§ **WHAT YOU HAVE TO DO**: Beginning with the line that holds "FILE_NAME('','',(''),(''),'','','');" in the data below, give again every line through the one that holds "#9=IFCCONVERSIONBASEDUNIT(#6,.PLANEANGLEUNIT.,'DEGREE',#8);", exactly as written.

§ **TASK INPUT**:
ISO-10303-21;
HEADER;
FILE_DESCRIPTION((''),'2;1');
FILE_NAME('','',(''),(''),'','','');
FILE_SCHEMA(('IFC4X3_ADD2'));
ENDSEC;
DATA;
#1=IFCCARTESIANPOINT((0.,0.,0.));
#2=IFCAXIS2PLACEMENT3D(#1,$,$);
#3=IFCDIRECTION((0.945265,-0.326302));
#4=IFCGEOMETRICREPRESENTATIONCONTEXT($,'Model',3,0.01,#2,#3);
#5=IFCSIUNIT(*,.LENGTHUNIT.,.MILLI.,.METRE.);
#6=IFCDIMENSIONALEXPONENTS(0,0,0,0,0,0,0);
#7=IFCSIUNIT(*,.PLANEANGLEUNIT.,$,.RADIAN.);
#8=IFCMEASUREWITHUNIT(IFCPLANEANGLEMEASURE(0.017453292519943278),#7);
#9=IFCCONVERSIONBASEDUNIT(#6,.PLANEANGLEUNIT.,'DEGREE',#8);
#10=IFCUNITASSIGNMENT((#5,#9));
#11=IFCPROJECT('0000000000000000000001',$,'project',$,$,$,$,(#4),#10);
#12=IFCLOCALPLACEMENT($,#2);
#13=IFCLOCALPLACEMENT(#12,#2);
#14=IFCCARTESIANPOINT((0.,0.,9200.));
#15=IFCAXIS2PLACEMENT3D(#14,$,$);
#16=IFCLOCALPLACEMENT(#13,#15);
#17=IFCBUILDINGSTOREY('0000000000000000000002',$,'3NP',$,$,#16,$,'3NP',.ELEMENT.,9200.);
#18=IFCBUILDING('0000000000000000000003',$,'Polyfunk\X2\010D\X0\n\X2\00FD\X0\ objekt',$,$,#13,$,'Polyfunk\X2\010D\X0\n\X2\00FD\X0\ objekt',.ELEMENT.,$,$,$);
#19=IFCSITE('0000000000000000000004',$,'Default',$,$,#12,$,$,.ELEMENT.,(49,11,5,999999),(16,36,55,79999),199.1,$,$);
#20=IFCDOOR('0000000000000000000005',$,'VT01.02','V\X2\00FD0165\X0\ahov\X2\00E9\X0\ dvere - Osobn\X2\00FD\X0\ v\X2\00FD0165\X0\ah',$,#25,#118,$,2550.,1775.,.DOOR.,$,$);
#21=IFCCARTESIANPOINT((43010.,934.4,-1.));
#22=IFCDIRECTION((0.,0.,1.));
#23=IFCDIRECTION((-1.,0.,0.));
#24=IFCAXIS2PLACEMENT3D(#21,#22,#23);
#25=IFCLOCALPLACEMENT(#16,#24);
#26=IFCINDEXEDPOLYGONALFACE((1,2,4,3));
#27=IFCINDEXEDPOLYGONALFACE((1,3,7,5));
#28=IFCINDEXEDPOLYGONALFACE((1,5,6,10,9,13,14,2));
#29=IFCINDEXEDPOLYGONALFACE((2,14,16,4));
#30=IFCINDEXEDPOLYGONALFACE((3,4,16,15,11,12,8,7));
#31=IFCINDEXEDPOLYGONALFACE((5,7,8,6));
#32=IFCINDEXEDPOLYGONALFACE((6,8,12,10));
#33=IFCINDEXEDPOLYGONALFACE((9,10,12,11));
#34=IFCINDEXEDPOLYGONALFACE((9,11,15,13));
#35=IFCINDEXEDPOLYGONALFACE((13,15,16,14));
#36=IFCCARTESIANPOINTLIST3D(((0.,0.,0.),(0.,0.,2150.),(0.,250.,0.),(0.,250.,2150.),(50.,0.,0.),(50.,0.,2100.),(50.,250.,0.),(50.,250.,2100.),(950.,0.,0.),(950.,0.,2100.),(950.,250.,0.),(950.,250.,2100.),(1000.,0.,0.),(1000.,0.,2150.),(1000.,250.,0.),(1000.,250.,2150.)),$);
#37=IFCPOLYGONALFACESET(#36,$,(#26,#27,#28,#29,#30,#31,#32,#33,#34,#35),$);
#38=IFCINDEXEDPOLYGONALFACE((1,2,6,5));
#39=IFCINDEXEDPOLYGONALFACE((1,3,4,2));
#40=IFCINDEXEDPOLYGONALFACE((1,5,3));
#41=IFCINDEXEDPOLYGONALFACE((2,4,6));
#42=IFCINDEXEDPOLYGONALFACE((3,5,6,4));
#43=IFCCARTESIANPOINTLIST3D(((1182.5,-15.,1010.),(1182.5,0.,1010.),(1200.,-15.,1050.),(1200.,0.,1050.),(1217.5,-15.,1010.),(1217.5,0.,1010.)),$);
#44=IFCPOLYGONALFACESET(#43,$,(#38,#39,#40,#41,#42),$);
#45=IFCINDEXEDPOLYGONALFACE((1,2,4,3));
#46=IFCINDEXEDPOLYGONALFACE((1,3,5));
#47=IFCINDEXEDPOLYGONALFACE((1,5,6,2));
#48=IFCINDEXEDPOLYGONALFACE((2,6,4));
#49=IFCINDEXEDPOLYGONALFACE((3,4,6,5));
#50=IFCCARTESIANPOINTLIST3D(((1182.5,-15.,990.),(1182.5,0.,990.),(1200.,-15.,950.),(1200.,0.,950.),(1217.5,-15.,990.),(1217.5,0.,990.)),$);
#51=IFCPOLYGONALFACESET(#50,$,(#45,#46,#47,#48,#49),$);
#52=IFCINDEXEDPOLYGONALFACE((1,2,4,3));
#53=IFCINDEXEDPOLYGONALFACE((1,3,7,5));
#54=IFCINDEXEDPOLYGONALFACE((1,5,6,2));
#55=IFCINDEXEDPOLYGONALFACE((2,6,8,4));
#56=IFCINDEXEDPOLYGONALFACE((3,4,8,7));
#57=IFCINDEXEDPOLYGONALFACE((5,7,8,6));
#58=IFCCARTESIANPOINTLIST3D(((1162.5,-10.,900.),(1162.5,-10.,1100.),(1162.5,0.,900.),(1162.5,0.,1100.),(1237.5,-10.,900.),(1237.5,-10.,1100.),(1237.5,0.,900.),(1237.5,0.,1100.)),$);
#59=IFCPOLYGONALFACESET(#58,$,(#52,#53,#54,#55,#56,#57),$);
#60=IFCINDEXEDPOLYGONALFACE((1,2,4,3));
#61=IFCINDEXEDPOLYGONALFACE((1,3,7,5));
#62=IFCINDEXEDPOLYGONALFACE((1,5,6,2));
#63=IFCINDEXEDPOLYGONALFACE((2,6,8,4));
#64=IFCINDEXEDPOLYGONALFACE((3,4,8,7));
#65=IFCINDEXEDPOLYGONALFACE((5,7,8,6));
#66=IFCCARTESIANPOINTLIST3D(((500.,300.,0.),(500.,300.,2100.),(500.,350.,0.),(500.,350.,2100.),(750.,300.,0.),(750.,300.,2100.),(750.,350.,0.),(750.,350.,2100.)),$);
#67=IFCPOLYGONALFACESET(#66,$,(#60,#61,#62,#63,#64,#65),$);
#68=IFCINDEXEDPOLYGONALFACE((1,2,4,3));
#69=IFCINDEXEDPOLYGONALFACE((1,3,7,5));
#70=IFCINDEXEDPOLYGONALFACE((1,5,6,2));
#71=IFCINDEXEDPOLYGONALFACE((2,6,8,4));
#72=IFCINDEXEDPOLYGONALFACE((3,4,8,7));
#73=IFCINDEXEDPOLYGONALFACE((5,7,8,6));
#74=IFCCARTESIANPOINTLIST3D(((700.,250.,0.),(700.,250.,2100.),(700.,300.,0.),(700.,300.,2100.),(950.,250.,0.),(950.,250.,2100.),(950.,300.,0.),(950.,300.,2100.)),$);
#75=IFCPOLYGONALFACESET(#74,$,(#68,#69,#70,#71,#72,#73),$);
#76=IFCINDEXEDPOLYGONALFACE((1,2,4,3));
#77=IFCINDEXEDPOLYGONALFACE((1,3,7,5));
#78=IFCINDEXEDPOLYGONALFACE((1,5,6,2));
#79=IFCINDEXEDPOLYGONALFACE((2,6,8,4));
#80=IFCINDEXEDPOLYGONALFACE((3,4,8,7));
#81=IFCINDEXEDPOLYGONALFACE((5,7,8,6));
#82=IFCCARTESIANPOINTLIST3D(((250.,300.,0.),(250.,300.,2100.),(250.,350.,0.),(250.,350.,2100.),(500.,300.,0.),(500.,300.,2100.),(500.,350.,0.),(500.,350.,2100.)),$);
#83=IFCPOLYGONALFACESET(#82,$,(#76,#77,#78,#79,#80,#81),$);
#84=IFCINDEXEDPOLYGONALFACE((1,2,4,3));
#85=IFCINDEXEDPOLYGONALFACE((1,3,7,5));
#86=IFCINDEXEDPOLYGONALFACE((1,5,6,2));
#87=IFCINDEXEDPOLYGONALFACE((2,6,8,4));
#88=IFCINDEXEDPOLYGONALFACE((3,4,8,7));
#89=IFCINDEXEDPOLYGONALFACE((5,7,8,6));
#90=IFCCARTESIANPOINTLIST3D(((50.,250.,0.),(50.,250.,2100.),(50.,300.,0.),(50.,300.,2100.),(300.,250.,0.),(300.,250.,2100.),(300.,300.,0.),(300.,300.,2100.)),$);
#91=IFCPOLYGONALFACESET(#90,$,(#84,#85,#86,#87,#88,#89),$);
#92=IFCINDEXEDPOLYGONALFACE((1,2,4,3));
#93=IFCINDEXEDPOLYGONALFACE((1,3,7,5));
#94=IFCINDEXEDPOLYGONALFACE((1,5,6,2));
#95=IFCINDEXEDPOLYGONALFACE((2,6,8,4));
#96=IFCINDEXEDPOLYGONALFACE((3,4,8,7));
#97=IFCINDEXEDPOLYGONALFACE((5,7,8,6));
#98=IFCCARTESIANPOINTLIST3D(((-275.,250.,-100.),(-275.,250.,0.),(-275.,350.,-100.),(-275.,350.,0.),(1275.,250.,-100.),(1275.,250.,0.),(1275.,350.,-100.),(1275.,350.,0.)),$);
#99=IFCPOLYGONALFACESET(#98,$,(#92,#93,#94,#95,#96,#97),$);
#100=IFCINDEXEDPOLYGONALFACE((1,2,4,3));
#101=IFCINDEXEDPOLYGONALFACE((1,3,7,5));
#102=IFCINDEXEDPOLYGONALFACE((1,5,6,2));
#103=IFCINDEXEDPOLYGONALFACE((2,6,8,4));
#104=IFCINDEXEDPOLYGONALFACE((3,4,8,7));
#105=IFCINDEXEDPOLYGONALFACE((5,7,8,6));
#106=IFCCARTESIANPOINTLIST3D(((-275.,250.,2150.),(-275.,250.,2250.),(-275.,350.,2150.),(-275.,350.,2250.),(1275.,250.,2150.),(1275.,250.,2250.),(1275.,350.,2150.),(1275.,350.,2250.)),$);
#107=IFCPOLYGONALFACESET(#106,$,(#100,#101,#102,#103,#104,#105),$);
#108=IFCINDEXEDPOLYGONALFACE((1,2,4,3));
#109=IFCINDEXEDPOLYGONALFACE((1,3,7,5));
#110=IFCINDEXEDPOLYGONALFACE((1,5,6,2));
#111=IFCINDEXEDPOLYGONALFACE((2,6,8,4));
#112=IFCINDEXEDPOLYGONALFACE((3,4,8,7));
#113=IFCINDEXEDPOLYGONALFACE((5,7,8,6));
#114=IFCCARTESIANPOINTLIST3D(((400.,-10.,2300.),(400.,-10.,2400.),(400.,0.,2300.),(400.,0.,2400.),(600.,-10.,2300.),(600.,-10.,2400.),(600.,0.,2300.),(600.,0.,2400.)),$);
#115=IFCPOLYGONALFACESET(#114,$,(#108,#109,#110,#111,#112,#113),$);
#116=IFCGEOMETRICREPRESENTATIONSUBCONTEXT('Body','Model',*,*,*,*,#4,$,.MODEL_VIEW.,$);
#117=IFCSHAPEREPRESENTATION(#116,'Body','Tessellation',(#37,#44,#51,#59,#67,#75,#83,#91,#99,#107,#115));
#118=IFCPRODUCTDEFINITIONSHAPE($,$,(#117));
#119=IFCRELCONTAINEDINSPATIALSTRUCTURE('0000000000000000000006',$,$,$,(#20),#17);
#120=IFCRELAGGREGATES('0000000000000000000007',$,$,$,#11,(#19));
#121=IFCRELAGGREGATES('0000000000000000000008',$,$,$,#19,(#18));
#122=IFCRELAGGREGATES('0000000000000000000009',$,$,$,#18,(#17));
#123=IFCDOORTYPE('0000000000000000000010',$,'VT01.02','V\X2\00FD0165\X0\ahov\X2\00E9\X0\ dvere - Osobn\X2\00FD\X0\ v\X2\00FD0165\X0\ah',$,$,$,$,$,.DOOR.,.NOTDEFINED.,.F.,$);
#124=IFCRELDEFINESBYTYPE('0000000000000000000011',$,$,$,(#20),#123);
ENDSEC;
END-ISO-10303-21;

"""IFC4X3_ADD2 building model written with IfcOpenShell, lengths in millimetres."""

from ifc_helpers import new_model, entity, si_unit, converted_unit, direction, frame, frame_2d, origin, origin_2d_with_axis, place, context, subcontext, project, spatial, polyline, rectangle, outline, extrude, source, transform, mapped, type_object, type_shapes, element, save


model = new_model("IFC4X3_ADD2")

# Units and contexts
model_context = context("Model", 3, precision=0.01, world=origin(), true_north=direction((0.945265, -0.326302)))
body_context = subcontext(model_context, "Body", "Model", "MODEL_VIEW")
ifc_project = project(units=[si_unit("LENGTHUNIT", "METRE", prefix="MILLI"), converted_unit("PLANEANGLEUNIT", "DEGREE", entity("IfcPlaneAngleMeasure", 0.017453292519943278), si_unit("PLANEANGLEUNIT", "RADIAN"), dimensions=[0, 0, 0, 0, 0, 0, 0])], contexts=[model_context])

# Site, building, storey
site_placement = place(None, origin())
site = spatial("IfcSite", under=ifc_project, at=site_placement, Name="Default", CompositionType="ELEMENT", RefLatitude=(49, 11, 5, 999999), RefLongitude=(16, 36, 55, 79999), RefElevation=199.1)
building_placement = place(site_placement, origin())
building = spatial("IfcBuilding", under=site, at=building_placement, Name="Polyfunkčný objekt", LongName="Polyfunkčný objekt", CompositionType="ELEMENT")
storey_placement = place(building_placement, frame((0.0, 0.0, 9200.0)))
storey = spatial("IfcBuildingStorey", under=building, at=storey_placement, Name="3NP", LongName="3NP", CompositionType="ELEMENT", Elevation=9200.0)

# Door
door_type = type_object("IfcDoorType", Name="VT01.02", Description="Výťahové dvere - Osobný výťah", OperationType="NOTDEFINED", ParameterTakesPrecedence=False, PredefinedType="DOOR")
shared_shape_1 = source(origin(), body_context, "Body", "SweptSolid", [
    extrude(outline(polyline([(-1087.5, -500.0), (1062.5, -500.0), (1062.5, -450.0), (-1037.5, -450.0), (-1037.5, 450.0), (1062.5, 450.0), (1062.5, 500.0), (-1087.5, 500.0), (-1087.5, -500.0)])), frame((500.0, 0.0, 1062.5), z_axis=(0.0, 1.0, 0.0), x_axis=(0.0, 0.0, -1.0)), (0.0, 0.0, 1.0), 250.0),
    extrude(outline(polyline([(-24.4, -10.7), (19.2, -10.7), (5.2, 21.4), (-24.4, -10.7)])), frame((1200.0, -15.0, 1023.3), z_axis=(0.0, 1.0, 0.0), x_axis=(0.400819, 0.0, -0.916157)), (0.0, 0.0, 1.0), 15.0),
    extrude(outline(polyline([(-24.4, -10.7), (19.2, -10.7), (5.2, 21.4), (-24.4, -10.7)])), frame((1200.0, -15.0, 976.7), z_axis=(0.0, 1.0, 0.0), x_axis=(-0.400819, 0.0, 0.916157)), (0.0, 0.0, 1.0), 15.0),
    extrude(rectangle(XDim=10.0, YDim=75.0, at=frame_2d((0.0, 0.0), x_axis=(1.0, 0.0))), frame((1200.0, -5.0, 900.0), z_axis=(0.0, 0.0, 1.0), x_axis=(0.0, 1.0, 0.0)), (0.0, 0.0, 1.0), 200.0),
    extrude(rectangle(XDim=50.0, YDim=250.0, at=origin_2d_with_axis()), frame((625.0, 325.0, 0.0), z_axis=(0.0, 0.0, 1.0), x_axis=(0.0, -1.0, 0.0)), (0.0, 0.0, 1.0), 2100.0),
    extrude(rectangle(XDim=50.0, YDim=250.0, at=frame_2d((0.0, 0.0), x_axis=(1.0, 0.0))), frame((825.0, 275.0, 0.0), z_axis=(0.0, 0.0, 1.0), x_axis=(0.0, -1.0, 0.0)), (0.0, 0.0, 1.0), 2100.0),
    extrude(rectangle(XDim=250.0, YDim=50.0, at=frame_2d((0.0, 0.0), x_axis=(1.0, 0.0))), frame((375.0, 325.0, 0.0), z_axis=(0.0, 0.0, 1.0), x_axis=(-1.0, 0.0, 0.0)), (0.0, 0.0, 1.0), 2100.0),
    extrude(rectangle(XDim=250.0, YDim=50.0, at=frame_2d((0.0, 0.0), x_axis=(1.0, 0.0))), frame((175.0, 275.0, 0.0), z_axis=(0.0, 0.0, 1.0), x_axis=(-1.0, 0.0, 0.0)), (0.0, 0.0, 1.0), 2100.0),
    extrude(rectangle(XDim=1550.0, YDim=100.0, at=frame_2d((0.0, 0.0), x_axis=(1.0, 0.0))), frame((500.0, 300.0, -100.0), z_axis=(0.0, 0.0, 1.0), x_axis=(-1.0, 0.0, 0.0)), (0.0, 0.0, 1.0), 100.0),
    extrude(rectangle(XDim=1550.0, YDim=100.0, at=frame_2d((0.0, 0.0), x_axis=(1.0, 0.0))), frame((500.0, 300.0, 2150.0), z_axis=(0.0, 0.0, 1.0), x_axis=(-1.0, 0.0, 0.0)), (0.0, 0.0, 1.0), 100.0),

§ **REPLY TO THE EXERCISE**:
FILE_NAME('','',(''),(''),'','','');
FILE_SCHEMA(('IFC4X3_ADD2'));
ENDSEC;
DATA;
#1=IFCCARTESIANPOINT((0.,0.,0.));
#2=IFCAXIS2PLACEMENT3D(#1,$,$);
#3=IFCDIRECTION((0.945265,-0.326302));
#4=IFCGEOMETRICREPRESENTATIONCONTEXT($,'Model',3,0.01,#2,#3);
#5=IFCSIUNIT(*,.LENGTHUNIT.,.MILLI.,.METRE.);
#6=IFCDIMENSIONALEXPONENTS(0,0,0,0,0,0,0);
#7=IFCSIUNIT(*,.PLANEANGLEUNIT.,$,.RADIAN.);
#8=IFCMEASUREWITHUNIT(IFCPLANEANGLEMEASURE(0.017453292519943278),#7);
#9=IFCCONVERSIONBASEDUNIT(#6,.PLANEANGLEUNIT.,'DEGREE',#8);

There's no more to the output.